ISM will move the market this week. Investors are already on edge and are looking for an excuse to sell. They didnt get one 3/28/14 as consumer spending met expectations we saw a rally but slowly fell off PMI and Construction spending will be relatively minor excluding anything drastic because ISM will be overshadowing it. We could see a drastic fall off in construction spending due to the weather according to experts but it could be a piece of a bigger problem if that occurs. If spending increases expect a minor positive effect to the market if it decreases dont expect any changes because it will all be blamed on the weather.

Wednesday: Relatively uneventful day. ADP employment report is usually off, by a lot, to the true survey done by the government; it is largely useless. Factory Orders will be strongly tied to ISM which will be

released the day before so anything missing or exceeding expectations will likely have a decent impact on investors. Expect nothing to really come of it though.

Thursday: International Trade and Jobless Claims. International Trade aka the Trade Deficit. Market reaction to this report is complex. Typically,
the smaller the trade deficit, the more bullish for the dollar. Also, stronger exports are bullish for corporate earnings and the stock market.

Jobless Claims: Consistently trending down the past few weeks. 3 week moving average has been on a downtrend since mid- January. Past two weeks when unemployment has beat expectations, market has opened higher and then fell off and eventually went negative on the day. Wouldnt expect Jobless claims to really move the market this week especially with Non Farm Payroll coming out the next day.

Except Thursday to trade sideways if not negative leading up to NFP.

Friday : Employment Situation. A Non Farm Payroll that beats expectations usually has the market open up high then fall off while a weaker NFP will result in the stock market turning green for the day.

The following graph illustrates better than what could be said:

As Billy has noted, the S&P 500 has been channeling for over two weeks now. The longer the SPY channels the more violent the breakout will be either positive or negative. If we were to look at the weekly SPY chart, the SPY has pulled back to its 20 EMA 3 times in 2013. Right now the SPX is sitting roughly 4.4 points above this support level about a 2.3% pullback is needed. So I do expect a pullback, when is the only question. Bad retail sales along with a lot of companies missing Q4 expectations led the most recent pullback and correction. Its hard to pinpoint this correction because it might be this week it might not ever come. If there is going to be any buying it would have to be an ETF and it would have to be screaming buy me. After consumer spending met expectations and stocks rallied Friday was another week day on buying in the SPY. Which is not good for the bulls cause. Yet there are a few ETFs that that warrant our attention more specifically, XLE, which broke out a point of resistance stretching back to 2013. Another potential catalyst is obviously Ukraine and Russia blowing themselves up.
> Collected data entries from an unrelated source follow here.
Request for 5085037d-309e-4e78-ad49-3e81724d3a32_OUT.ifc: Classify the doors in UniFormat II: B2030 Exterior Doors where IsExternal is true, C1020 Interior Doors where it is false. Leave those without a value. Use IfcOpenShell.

First a look at what the model holds.

```python
import ifcopenshell
import ifcopenshell.util.element

model = ifcopenshell.open("5085037d-309e-4e78-ad49-3e81724d3a32_OUT.ifc")
print(model.schema)
print("classifications:", [c.Name for c in model.by_type("IfcClassification")])
values = [ifcopenshell.util.element.get_pset(e, "Pset_DoorCommon", "IsExternal") for e in model.by_type("IfcDoor")]
for value in (True, False, None):
    print("IsExternal", value, values.count(value))
```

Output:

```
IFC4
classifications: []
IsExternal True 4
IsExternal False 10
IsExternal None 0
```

```python
import ifcopenshell
import ifcopenshell.api.classification
import ifcopenshell.util.element

model = ifcopenshell.open("5085037d-309e-4e78-ad49-3e81724d3a32_OUT.ifc")

system = ifcopenshell.api.classification.add_classification(model, classification="UniFormat II")

doors = model.by_type("IfcDoor")
external = {e: ifcopenshell.util.element.get_pset(e, "Pset_DoorCommon", "IsExternal") for e in doors}
for flag, code, name in ((True, "B2030", "Exterior Doors"), (False, "C1020", "Interior Doors")):
    products = [e for e in doors if external[e] is flag]
    ifcopenshell.api.classification.add_reference(
        model, products=products, classification=system, identification=code, name=name
    )
    print(code, len(products))

model.write("5085037d-309e-4e78-ad49-3e81724d3a32_OUT_rev.ifc")
```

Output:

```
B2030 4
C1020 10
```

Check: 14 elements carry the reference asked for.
But an argument I heard about was for the past 18-24 months the Market has completely ignored any and all bad news and continued to churn out new highs so why would that effect us? Its definitely something to think about at least.

The SPY just put in an inverted hammer so Monday I do not expect it to be a good day based off technical analysis alone but that could change over the weekend with some news event. Billy if you have to day trade I would recommend starting at the open and getting out at the latest by 1130. Notice the past week the SPY has opened higher than it has closed but closed lower than the previous day. Have to be nimble.